▶ Exercise details
From the records below, transcribe only the lines running from the one with "#38=IFCINDEXEDPOLYGONALFACE((5,7,8,6));" through the one with "#70=IFCINDEXEDPOLYGONALFACE((66,68,76,74));". Keep both of those end lines.
** Opening Input data block **
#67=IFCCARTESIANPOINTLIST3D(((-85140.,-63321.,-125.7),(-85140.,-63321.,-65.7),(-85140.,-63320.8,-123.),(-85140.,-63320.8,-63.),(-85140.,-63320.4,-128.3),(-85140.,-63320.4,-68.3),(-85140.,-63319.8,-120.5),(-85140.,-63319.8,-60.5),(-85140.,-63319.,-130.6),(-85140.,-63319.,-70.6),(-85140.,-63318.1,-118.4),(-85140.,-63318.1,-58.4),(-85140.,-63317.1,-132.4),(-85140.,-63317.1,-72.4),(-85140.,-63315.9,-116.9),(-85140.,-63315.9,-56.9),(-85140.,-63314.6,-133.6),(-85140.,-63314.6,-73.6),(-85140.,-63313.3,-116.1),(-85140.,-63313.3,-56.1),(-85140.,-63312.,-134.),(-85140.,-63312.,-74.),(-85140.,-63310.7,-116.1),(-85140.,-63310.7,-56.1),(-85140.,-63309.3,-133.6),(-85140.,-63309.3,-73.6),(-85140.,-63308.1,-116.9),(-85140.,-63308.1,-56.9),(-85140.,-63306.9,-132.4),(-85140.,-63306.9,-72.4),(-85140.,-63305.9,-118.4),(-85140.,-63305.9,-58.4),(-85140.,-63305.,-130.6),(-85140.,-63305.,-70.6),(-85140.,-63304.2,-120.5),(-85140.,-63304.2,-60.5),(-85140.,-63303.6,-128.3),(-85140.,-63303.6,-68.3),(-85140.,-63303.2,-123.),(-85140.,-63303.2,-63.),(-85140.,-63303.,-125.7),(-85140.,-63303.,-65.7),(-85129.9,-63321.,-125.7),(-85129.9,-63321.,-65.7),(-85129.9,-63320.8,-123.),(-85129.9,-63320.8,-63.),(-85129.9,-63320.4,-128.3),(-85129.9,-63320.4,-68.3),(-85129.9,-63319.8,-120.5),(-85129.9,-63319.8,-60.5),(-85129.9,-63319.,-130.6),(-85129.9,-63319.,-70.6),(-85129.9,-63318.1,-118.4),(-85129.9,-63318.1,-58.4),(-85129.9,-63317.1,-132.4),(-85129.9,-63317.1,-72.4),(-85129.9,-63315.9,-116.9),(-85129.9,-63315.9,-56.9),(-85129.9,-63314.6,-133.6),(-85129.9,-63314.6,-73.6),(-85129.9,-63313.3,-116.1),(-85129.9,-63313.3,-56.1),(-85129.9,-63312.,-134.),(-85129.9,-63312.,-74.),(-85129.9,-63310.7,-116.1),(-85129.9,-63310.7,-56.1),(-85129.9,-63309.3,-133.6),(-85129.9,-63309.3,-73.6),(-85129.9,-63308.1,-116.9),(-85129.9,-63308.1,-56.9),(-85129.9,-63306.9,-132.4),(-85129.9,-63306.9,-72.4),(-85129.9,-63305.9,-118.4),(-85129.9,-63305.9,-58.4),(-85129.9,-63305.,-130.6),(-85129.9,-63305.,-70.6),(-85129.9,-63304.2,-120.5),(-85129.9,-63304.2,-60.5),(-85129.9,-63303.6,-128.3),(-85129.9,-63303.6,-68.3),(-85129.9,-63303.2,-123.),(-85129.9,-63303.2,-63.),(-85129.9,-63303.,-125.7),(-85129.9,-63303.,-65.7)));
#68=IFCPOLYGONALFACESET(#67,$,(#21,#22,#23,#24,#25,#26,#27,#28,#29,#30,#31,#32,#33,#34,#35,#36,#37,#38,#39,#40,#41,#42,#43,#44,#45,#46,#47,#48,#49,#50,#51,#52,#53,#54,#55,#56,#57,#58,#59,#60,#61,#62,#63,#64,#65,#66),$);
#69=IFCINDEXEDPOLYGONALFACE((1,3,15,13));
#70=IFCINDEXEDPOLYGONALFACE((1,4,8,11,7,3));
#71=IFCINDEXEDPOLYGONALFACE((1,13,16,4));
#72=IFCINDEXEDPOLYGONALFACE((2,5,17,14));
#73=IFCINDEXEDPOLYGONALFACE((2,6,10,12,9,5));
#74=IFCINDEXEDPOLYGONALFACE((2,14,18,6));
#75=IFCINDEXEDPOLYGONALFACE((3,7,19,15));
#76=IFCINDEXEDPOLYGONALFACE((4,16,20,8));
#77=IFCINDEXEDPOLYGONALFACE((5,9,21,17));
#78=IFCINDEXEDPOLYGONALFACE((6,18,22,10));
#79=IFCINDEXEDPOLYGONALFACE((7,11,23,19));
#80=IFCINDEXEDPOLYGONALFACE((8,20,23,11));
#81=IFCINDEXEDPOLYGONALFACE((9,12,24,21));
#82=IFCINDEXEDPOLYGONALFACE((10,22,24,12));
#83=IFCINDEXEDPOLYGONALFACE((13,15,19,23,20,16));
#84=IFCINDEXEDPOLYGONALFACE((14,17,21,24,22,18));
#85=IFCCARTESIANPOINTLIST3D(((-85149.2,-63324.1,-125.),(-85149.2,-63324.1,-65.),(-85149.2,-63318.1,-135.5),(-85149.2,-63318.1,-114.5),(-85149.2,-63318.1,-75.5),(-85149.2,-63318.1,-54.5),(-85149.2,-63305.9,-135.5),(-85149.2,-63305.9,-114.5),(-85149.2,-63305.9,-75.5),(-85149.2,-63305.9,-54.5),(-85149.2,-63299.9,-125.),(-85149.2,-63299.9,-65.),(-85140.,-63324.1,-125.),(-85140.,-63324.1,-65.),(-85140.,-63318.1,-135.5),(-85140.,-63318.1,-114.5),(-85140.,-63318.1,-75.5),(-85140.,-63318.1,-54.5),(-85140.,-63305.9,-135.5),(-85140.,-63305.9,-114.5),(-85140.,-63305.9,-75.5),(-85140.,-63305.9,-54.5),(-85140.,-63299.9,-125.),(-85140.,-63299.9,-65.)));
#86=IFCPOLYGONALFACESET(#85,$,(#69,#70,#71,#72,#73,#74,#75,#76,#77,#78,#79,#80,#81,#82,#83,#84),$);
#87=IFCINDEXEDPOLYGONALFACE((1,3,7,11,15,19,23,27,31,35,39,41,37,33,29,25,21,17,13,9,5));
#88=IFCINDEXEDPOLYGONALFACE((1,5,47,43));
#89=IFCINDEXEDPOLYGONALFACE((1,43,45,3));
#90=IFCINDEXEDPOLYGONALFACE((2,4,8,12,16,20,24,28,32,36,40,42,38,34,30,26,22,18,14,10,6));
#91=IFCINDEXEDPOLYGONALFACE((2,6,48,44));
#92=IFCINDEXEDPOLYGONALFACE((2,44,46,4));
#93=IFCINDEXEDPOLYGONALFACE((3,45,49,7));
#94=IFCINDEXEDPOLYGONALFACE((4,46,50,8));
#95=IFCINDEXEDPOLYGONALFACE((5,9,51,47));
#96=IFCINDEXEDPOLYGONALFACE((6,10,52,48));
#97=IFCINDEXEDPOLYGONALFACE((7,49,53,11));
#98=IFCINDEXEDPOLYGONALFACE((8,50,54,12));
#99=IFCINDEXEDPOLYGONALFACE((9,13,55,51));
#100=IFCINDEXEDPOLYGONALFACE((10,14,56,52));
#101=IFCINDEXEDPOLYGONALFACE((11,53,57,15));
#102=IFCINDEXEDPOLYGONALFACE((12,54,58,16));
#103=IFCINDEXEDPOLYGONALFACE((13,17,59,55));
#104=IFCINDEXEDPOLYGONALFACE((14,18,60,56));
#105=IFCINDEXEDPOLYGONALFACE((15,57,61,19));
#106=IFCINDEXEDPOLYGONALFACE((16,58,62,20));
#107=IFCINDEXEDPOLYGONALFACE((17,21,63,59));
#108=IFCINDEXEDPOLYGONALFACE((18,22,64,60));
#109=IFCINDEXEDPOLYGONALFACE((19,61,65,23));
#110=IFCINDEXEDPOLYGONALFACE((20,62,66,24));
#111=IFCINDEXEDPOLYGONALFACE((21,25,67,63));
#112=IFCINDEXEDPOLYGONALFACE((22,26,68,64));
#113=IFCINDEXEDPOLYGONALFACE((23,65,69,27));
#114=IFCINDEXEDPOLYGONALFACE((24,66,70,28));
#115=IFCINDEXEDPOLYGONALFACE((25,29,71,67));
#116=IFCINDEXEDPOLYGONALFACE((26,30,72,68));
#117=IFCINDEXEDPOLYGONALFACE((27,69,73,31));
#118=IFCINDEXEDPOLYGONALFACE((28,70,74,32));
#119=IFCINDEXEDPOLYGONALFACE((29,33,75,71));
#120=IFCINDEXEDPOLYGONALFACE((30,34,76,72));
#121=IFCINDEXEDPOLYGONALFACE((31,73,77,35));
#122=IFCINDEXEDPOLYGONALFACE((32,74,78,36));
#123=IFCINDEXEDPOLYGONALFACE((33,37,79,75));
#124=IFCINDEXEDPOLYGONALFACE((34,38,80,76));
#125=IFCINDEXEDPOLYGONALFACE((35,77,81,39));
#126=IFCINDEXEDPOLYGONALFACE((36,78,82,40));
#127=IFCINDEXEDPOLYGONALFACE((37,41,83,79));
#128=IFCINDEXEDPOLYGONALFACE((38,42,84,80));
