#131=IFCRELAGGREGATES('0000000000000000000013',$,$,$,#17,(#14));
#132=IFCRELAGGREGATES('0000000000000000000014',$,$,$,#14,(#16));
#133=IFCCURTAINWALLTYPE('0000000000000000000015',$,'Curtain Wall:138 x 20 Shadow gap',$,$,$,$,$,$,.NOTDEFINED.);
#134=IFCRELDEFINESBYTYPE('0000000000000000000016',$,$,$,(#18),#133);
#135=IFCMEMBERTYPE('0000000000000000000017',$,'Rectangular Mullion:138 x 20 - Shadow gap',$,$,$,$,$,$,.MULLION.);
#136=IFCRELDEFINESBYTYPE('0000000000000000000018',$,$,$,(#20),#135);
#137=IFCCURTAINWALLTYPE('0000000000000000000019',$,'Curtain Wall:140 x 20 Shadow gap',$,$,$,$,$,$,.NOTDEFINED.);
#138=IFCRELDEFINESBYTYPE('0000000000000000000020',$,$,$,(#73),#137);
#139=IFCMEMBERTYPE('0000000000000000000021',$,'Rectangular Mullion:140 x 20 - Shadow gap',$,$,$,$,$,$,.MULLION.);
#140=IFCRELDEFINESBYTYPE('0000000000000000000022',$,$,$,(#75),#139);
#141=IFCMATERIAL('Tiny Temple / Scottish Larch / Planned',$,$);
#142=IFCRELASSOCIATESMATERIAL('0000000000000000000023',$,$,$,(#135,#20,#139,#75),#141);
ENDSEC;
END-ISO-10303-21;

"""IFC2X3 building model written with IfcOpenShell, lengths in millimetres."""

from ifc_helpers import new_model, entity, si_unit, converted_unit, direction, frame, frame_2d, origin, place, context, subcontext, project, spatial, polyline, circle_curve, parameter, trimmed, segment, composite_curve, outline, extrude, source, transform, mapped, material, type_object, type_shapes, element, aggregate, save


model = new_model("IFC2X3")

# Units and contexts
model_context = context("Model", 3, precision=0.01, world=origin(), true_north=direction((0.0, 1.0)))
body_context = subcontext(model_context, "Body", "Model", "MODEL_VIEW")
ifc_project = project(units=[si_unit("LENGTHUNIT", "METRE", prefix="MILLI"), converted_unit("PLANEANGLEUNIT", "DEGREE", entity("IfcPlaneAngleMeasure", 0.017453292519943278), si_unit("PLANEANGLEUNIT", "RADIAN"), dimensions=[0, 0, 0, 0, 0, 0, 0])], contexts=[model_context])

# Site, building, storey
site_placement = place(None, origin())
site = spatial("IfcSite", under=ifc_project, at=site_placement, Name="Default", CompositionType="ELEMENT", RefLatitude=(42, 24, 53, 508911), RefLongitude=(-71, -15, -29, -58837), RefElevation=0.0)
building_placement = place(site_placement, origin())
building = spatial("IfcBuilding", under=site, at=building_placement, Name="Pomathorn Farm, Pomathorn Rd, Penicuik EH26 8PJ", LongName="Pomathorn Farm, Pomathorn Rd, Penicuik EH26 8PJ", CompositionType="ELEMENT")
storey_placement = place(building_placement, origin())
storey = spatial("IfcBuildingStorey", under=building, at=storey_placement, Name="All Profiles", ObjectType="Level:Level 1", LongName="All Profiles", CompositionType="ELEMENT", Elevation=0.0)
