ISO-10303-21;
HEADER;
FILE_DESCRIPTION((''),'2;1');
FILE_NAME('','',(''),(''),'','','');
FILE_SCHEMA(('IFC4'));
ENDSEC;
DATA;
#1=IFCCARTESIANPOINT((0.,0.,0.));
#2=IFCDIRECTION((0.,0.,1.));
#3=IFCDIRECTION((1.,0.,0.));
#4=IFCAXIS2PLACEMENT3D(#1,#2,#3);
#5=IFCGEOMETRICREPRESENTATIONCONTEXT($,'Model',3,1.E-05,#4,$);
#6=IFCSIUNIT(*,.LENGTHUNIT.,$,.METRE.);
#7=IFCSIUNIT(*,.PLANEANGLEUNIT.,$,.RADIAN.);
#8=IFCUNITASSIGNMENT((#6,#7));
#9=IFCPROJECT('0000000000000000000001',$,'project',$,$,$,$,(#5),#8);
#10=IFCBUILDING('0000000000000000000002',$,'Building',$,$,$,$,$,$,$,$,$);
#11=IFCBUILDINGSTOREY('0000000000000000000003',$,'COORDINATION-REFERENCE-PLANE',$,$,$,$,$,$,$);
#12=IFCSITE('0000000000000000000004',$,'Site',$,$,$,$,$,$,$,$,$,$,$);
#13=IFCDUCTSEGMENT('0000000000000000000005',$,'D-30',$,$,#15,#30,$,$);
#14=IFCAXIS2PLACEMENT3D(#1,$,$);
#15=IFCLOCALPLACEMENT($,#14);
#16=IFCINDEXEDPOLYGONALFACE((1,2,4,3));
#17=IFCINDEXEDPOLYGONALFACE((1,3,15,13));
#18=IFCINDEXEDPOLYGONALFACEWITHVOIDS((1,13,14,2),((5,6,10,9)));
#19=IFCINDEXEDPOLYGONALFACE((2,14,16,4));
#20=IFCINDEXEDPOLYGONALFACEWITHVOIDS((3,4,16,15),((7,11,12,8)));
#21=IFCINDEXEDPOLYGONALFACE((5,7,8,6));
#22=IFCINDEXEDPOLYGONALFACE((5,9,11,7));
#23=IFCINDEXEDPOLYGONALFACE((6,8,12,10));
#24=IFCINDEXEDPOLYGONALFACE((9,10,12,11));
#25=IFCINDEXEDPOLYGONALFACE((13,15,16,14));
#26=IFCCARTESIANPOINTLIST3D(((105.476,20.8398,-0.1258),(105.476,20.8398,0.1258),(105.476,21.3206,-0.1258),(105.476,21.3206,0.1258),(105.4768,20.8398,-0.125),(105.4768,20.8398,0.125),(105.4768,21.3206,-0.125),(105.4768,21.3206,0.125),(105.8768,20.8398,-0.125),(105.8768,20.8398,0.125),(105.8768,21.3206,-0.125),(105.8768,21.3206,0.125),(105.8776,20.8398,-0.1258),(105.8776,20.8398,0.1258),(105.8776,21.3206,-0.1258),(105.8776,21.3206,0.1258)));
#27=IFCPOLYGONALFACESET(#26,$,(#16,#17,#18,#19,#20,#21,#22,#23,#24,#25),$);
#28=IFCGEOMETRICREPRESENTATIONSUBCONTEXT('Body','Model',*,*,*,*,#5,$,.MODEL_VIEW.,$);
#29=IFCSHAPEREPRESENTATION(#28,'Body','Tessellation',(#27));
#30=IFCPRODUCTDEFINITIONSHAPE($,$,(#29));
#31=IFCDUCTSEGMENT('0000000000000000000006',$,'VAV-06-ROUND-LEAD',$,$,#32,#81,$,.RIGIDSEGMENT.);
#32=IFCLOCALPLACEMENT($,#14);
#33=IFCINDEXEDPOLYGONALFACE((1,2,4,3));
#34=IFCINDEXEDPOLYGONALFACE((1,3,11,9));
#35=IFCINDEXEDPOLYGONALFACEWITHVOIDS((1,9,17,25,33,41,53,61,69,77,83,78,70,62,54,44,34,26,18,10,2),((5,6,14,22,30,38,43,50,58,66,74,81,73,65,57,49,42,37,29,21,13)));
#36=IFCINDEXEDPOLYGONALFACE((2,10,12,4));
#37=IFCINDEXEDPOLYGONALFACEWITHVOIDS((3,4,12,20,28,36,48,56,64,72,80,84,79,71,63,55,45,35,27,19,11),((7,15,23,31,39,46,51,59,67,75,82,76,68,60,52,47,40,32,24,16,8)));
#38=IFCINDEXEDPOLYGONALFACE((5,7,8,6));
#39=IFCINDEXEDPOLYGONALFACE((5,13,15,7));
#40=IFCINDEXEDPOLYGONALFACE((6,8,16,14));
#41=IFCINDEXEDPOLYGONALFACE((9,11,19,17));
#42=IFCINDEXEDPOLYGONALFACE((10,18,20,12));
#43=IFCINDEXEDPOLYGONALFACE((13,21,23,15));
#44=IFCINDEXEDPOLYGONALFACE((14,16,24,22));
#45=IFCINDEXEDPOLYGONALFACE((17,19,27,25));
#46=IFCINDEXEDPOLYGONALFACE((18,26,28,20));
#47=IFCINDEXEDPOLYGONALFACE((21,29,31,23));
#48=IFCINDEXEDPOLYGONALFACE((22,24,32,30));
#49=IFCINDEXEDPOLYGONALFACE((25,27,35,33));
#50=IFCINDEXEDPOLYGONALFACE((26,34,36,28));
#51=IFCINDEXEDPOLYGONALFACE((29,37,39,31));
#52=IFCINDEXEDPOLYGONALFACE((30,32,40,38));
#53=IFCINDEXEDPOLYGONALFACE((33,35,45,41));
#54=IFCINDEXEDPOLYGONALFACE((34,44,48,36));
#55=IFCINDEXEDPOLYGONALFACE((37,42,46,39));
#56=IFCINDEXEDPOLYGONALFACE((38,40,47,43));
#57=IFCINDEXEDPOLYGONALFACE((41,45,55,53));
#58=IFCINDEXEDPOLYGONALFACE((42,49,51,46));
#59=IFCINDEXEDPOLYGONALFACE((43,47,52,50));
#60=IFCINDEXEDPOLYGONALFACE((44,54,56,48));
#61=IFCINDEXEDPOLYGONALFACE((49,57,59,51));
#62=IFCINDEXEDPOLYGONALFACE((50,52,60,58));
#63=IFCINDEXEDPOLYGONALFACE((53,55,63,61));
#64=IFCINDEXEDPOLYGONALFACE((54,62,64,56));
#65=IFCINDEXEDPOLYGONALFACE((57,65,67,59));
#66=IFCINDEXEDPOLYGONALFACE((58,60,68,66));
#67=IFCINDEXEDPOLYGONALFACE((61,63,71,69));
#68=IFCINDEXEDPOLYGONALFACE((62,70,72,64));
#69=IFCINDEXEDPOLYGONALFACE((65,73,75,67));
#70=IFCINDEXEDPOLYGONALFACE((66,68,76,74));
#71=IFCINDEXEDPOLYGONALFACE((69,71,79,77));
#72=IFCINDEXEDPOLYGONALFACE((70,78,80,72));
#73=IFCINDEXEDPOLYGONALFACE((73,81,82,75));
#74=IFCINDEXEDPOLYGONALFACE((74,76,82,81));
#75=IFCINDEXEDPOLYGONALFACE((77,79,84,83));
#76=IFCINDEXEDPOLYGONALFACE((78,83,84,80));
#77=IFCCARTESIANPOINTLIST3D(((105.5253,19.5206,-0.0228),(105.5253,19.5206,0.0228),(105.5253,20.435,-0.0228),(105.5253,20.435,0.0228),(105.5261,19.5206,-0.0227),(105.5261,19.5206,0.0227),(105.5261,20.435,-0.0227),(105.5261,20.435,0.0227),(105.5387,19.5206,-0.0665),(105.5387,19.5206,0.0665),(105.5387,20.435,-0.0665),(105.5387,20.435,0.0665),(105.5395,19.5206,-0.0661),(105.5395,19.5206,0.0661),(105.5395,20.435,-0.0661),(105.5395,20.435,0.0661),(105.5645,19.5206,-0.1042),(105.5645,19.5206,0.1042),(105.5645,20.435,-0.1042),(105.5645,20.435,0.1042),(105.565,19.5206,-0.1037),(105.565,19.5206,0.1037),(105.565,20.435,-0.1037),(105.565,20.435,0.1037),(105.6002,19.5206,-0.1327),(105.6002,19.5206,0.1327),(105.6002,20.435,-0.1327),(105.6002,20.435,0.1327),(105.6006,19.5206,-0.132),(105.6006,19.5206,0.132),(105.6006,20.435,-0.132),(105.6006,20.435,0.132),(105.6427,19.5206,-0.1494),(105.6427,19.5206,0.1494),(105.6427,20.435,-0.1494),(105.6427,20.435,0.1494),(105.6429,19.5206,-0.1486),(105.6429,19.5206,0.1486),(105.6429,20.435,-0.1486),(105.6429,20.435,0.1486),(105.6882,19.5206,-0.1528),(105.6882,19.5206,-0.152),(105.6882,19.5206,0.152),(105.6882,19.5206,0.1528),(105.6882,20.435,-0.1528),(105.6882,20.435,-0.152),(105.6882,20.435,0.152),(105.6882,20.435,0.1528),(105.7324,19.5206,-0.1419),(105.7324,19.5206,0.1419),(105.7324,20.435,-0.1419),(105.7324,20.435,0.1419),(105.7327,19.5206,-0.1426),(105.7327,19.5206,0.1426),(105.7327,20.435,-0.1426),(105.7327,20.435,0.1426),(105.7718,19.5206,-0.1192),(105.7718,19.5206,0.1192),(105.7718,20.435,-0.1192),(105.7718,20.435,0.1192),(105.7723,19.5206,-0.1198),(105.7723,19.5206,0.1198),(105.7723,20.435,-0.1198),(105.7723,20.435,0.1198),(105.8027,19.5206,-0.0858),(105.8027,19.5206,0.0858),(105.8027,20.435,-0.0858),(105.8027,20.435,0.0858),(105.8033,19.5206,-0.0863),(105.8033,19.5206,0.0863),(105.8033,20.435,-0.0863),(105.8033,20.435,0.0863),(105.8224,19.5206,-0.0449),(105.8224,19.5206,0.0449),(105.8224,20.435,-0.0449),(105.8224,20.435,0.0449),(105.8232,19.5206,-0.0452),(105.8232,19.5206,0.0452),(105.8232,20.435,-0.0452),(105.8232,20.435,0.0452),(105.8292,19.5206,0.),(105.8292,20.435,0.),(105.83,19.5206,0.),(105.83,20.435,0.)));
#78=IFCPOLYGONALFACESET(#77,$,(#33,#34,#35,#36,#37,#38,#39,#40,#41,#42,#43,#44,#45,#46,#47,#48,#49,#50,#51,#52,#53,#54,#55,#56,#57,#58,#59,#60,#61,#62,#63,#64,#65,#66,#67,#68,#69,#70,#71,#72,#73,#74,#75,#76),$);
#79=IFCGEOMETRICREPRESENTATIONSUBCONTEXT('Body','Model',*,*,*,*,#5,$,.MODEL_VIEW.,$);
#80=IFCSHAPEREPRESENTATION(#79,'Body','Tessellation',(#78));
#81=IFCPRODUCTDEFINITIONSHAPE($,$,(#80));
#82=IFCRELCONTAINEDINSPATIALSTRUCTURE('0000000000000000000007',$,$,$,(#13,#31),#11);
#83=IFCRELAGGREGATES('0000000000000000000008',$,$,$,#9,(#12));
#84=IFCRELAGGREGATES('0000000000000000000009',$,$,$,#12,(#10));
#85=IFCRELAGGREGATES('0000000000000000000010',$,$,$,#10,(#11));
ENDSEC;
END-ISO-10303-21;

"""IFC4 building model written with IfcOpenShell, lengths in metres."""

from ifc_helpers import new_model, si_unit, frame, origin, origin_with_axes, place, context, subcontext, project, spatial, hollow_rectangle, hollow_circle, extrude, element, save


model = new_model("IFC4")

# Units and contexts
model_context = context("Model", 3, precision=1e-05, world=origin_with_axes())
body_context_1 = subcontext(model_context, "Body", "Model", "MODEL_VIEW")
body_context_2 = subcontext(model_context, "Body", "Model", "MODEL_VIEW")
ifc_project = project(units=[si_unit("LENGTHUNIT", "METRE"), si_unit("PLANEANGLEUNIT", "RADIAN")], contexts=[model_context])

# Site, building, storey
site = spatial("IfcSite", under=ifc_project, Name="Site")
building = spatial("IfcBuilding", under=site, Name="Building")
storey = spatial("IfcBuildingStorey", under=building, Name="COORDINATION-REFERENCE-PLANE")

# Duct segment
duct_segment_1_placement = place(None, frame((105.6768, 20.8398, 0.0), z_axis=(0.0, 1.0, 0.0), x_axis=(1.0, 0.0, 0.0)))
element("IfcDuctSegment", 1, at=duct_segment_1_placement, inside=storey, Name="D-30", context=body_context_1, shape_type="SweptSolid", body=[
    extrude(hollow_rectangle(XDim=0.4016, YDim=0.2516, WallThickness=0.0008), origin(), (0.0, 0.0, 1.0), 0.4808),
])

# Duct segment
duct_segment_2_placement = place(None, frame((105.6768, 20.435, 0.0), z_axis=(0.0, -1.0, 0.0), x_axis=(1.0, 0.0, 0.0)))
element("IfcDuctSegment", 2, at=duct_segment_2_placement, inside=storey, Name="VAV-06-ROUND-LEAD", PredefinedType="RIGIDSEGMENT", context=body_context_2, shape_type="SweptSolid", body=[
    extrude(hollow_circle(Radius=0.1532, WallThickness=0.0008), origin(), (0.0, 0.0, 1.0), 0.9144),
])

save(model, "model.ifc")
** Closing Input data block **
▶ Solution to this problem
#38=IFCINDEXEDPOLYGONALFACE((5,7,8,6));
#39=IFCINDEXEDPOLYGONALFACE((5,13,15,7));
#40=IFCINDEXEDPOLYGONALFACE((6,8,16,14));
#41=IFCINDEXEDPOLYGONALFACE((9,11,19,17));
#42=IFCINDEXEDPOLYGONALFACE((10,18,20,12));
#43=IFCINDEXEDPOLYGONALFACE((13,21,23,15));
#44=IFCINDEXEDPOLYGONALFACE((14,16,24,22));
#45=IFCINDEXEDPOLYGONALFACE((17,19,27,25));
#46=IFCINDEXEDPOLYGONALFACE((18,26,28,20));
#47=IFCINDEXEDPOLYGONALFACE((21,29,31,23));
#48=IFCINDEXEDPOLYGONALFACE((22,24,32,30));
#49=IFCINDEXEDPOLYGONALFACE((25,27,35,33));
#50=IFCINDEXEDPOLYGONALFACE((26,34,36,28));
#51=IFCINDEXEDPOLYGONALFACE((29,37,39,31));
#52=IFCINDEXEDPOLYGONALFACE((30,32,40,38));
#53=IFCINDEXEDPOLYGONALFACE((33,35,45,41));
#54=IFCINDEXEDPOLYGONALFACE((34,44,48,36));
#55=IFCINDEXEDPOLYGONALFACE((37,42,46,39));
#56=IFCINDEXEDPOLYGONALFACE((38,40,47,43));
#57=IFCINDEXEDPOLYGONALFACE((41,45,55,53));
#58=IFCINDEXEDPOLYGONALFACE((42,49,51,46));
#59=IFCINDEXEDPOLYGONALFACE((43,47,52,50));
#60=IFCINDEXEDPOLYGONALFACE((44,54,56,48));
#61=IFCINDEXEDPOLYGONALFACE((49,57,59,51));
#62=IFCINDEXEDPOLYGONALFACE((50,52,60,58));
#63=IFCINDEXEDPOLYGONALFACE((53,55,63,61));
#64=IFCINDEXEDPOLYGONALFACE((54,62,64,56));
#65=IFCINDEXEDPOLYGONALFACE((57,65,67,59));
#66=IFCINDEXEDPOLYGONALFACE((58,60,68,66));
#67=IFCINDEXEDPOLYGONALFACE((61,63,71,69));
#68=IFCINDEXEDPOLYGONALFACE((62,70,72,64));
#69=IFCINDEXEDPOLYGONALFACE((65,73,75,67));
#70=IFCINDEXEDPOLYGONALFACE((66,68,76,74));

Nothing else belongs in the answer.